If you remove crypto.signText, people will be forced to use Ms Internet Explorer or other java-applet-based solutions.

We really need crypto.signText.

Please please please do not remove crypto.signText. Please please please, bring crypto.signText back.

Thank you very much.

Jose
> Please, keep in mind that crypto.signText is still being used to sign texts
> in the Spanish Public Administration.

As does the Belgian Supreme Administrative Court. Just so you know. 

No alternative to java-hell now I suppose... Reminds me of how Microsoft cut support for Capicom, leaving no alternative either.

Pj.
Status: UNCONFIRMED → NEW
Ever confirmed: true
See Also: → 1030963
(In reply to David Keeler (:keeler) [use needinfo?] from comment #6)
> Obviously I can't speak for everyone at Mozilla, but as far as I know, we
> have no plans to directly replace window.crypto.signText. Please see the
> earlier announcement regarding our reasoning:
> https://groups.google.com/forum/#!topic/mozilla.dev.tech.crypto/hR_bjx9OVJA
> For those who need time developing a replacement (e.g. some combination of
> an addon and webcrypto or even a separate native application), I suggest you
> use ESR31 in the meantime.

Let's summarize things here based on comments and provided links: 
1) You are removing a functionality which banks and numerous government agencies across Europe rely on to provide respectively online banking services and public administration services to their citizens. 
2) You are in the process of implementing some spec which is still a draft and, according to some comments here, even when implemented will not be able to support keys/certificates stored on smart cards. 
3) You are giving users of the API a "heads up" to develop a replacement before completely removing the code in question in the next release which is a less than a month away (according to comment 2).

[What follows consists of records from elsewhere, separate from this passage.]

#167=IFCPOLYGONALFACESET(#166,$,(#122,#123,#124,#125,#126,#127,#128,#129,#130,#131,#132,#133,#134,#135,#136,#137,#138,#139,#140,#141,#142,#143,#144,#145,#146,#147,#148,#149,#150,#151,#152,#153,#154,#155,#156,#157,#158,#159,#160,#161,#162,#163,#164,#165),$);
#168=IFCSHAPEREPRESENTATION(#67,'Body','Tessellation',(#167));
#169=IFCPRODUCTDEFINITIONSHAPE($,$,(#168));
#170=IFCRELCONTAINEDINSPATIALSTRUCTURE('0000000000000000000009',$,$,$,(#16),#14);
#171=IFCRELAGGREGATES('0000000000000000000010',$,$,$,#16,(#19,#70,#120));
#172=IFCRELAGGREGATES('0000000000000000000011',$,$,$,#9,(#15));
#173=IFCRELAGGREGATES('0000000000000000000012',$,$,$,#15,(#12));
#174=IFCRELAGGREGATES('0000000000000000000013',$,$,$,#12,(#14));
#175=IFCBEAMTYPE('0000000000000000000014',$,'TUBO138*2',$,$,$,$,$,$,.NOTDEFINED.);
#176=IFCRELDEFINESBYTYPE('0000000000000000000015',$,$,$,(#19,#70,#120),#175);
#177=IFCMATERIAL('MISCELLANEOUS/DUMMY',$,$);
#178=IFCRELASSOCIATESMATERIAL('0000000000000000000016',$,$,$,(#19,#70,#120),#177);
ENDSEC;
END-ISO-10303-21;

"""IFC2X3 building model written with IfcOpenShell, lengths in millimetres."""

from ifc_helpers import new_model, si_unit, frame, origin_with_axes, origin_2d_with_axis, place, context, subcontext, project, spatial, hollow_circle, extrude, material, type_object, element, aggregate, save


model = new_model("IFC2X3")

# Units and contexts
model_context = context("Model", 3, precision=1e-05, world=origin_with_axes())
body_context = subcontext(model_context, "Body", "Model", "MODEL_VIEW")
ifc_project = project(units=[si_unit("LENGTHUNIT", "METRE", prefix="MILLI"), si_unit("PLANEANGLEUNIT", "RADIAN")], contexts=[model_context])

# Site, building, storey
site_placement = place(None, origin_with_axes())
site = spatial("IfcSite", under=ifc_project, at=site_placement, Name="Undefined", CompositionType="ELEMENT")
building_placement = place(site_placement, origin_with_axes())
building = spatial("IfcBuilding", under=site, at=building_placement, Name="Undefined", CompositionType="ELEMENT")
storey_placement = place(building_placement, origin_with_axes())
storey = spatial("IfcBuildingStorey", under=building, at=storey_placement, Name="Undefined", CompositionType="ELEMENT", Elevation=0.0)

Do you realize how much time is needed to get these mastodons - banks and especially government agencies, to get moving? As we speak, banks are already suggesting on their sites to downgrade to firefox 32 and disable updates. How is that more secure in the long run?
[Tracking Requested - why for this release]: Removal of crypto.signText is breaking things.
tracking-firefox34: --- → ?
To keep everyone in the loop: We had a meeting to decide how to handle this situation. To the best of my understanding, this is what was decided:

- The patch removing this functionality will be reverted in 34 (currently beta)
- The pref that disabled this functionality by default in 33 will be flipped in 34, thus re-enabling it by default
- An addon will be developed by Mozilla that can either be used directly or as the basis for site-specific addons that will essentially implement the necessary functionality in a safer way
- When that addon is ready (target is 35, currently aurora), the native implementation will again be removed
Thank you for summarizing David. I'd like to hear from the people impacted whether this plan will work and if there are any additional constraints of which we should be aware.
Is it necessary to revert the entire change, or could you just add window.crypto.signText back? It seems like signText is the only thing that people are really concerned about, AFAICT.
(In reply to Brian Smith (:briansmith, :bsmith, use NEEDINFO?) from comment #17)
> Is it necessary to revert the entire change, or could you just add
> window.crypto.signText back? It seems like signText is the only thing that
> people are really concerned about, AFAICT.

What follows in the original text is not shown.